Peg taps into several muses who inspire her. One of her muses is her father who was a woodworker and she often created works with him using her own small set of tools. Her mother was an influence gifting Peg with her love for color. Alaska – the experience, the landscape, the people and their self-sufficient ways are also muses in Peg’s creativity.
Peg ends with advice for art collectors – “Art is such a personal experience and it is possible to evoke feelings in your home that speak to you, perhaps even creating different sense experiences in different rooms.” She then adds, “Take the time to go to art openings, meet the artists, speak with them and fill your home with their art and you will always be surrounded by friends.”
Arlene Figueroa works in mixed media consisting of acrylics, pastels, collage, inks, pencils, and sometimes hardware. She works in an intuitive style and considers her creations to be a form of healing art. Rather than being creatively influenced by the weather or seasons of the year Arlene considers herself foremost as a curator of thoughts and feelings through her intuitive nature.
Her background as a board-certified health and wellness coach tend to figure deeply into her art as she has experienced many deep conversations with her clients; these conversations inspire her creations by giving voice to what must be shared through her empathic essence.
Arlene’s mixed media series, Finding Her… In The Shadows, which can be seen at Smith Gallery, began to take form during Covid. “There was a really heavy air during Covid and you could feel the energy. So many voices were stifled and many divisions came to the surface that made us feel very divided rather than the ‘one’ that we all are. I needed to give voice to these feelings by creating this series.” On her website, she explains that the series has two distinct branches of reflection: One branch, In the Bodhisattva, pays homage on the path to awakening; the other branch, In the Shadows, gives voice to the golden shadow of the feminine spirit and submerged greatness. She often takes her ideas of the shadow from the work of Carl Jung and works on translating these feeling into her art.
Her work is purely intuitive in nature and she never knows what will emerge when she begins her creative process. Arlene works on MDF board rather than canvas. For the series Finding Her…In the Shadows she began the process with painting colors and waiting for the feeling of where a face would want to emerge from the shadow. “She appeared from the shadow, showing herself to me and when she was finished, she gave me her words – that was the very last thing I did. I have a lot of English poetry books and I went through them to piece together the message or words that she wanted me to impart.”

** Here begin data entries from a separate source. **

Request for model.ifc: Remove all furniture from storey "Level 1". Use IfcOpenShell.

First a look at what the model holds.

```python
import ifcopenshell
import ifcopenshell.util.element

model = ifcopenshell.open("model.ifc")
print(model.schema)
storey = next(s for s in model.by_type("IfcBuildingStorey") if s.Name == "Level 1")
furniture = [e for e in ifcopenshell.util.element.get_decomposition(storey) if e.is_a("IfcFurnishingElement")]
seen = {}
for e in furniture:
    element_type = ifcopenshell.util.element.get_type(e)
    name = element_type.Name if element_type not in (None, e) else None
    seen[name] = seen.get(name, 0) + 1
for name, count in sorted(seen.items(), key=str):
    print(count, "x", name)
```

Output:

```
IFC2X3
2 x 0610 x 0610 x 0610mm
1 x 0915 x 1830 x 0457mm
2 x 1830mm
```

```python
import ifcopenshell
import ifcopenshell.api.root
import ifcopenshell.util.element

model = ifcopenshell.open("model.ifc")

storey = next(s for s in model.by_type("IfcBuildingStorey") if s.Name == "Level 1")
furniture = [e for e in ifcopenshell.util.element.get_decomposition(storey) if e.is_a("IfcFurnishingElement")]

for e in furniture:
    ifcopenshell.api.root.remove_product(model, product=e)
print(len(furniture), "removed")

model.write("model-out.ifc")
```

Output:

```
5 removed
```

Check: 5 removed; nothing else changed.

Arlene paints mostly when the urge to create hits her. She claims to be a music junkie and as such listens to music when she creates. Arlene is drawn to more melancholy music, Indie Rock, Matt Starr, and the Cowboy Junkies who are one of her favorites; although as a Gen-X-er she will listen to many different styles of music depending on her mood.
As a curator of thoughts and feelings her muses can be many things; individuals who express their feelings to her and whose voices have been stifled in the past, music, poetry, serendipitous happenings. “I think when we are following what is right to us… serendipity follows… you are doing what is important to you, you tune in to turn on.”
Arlene’s final words: “Isn’t it so authentic that we can tap into others and their journeys and be inspired in our own journeys…that is what art is. We are magnets for each other.”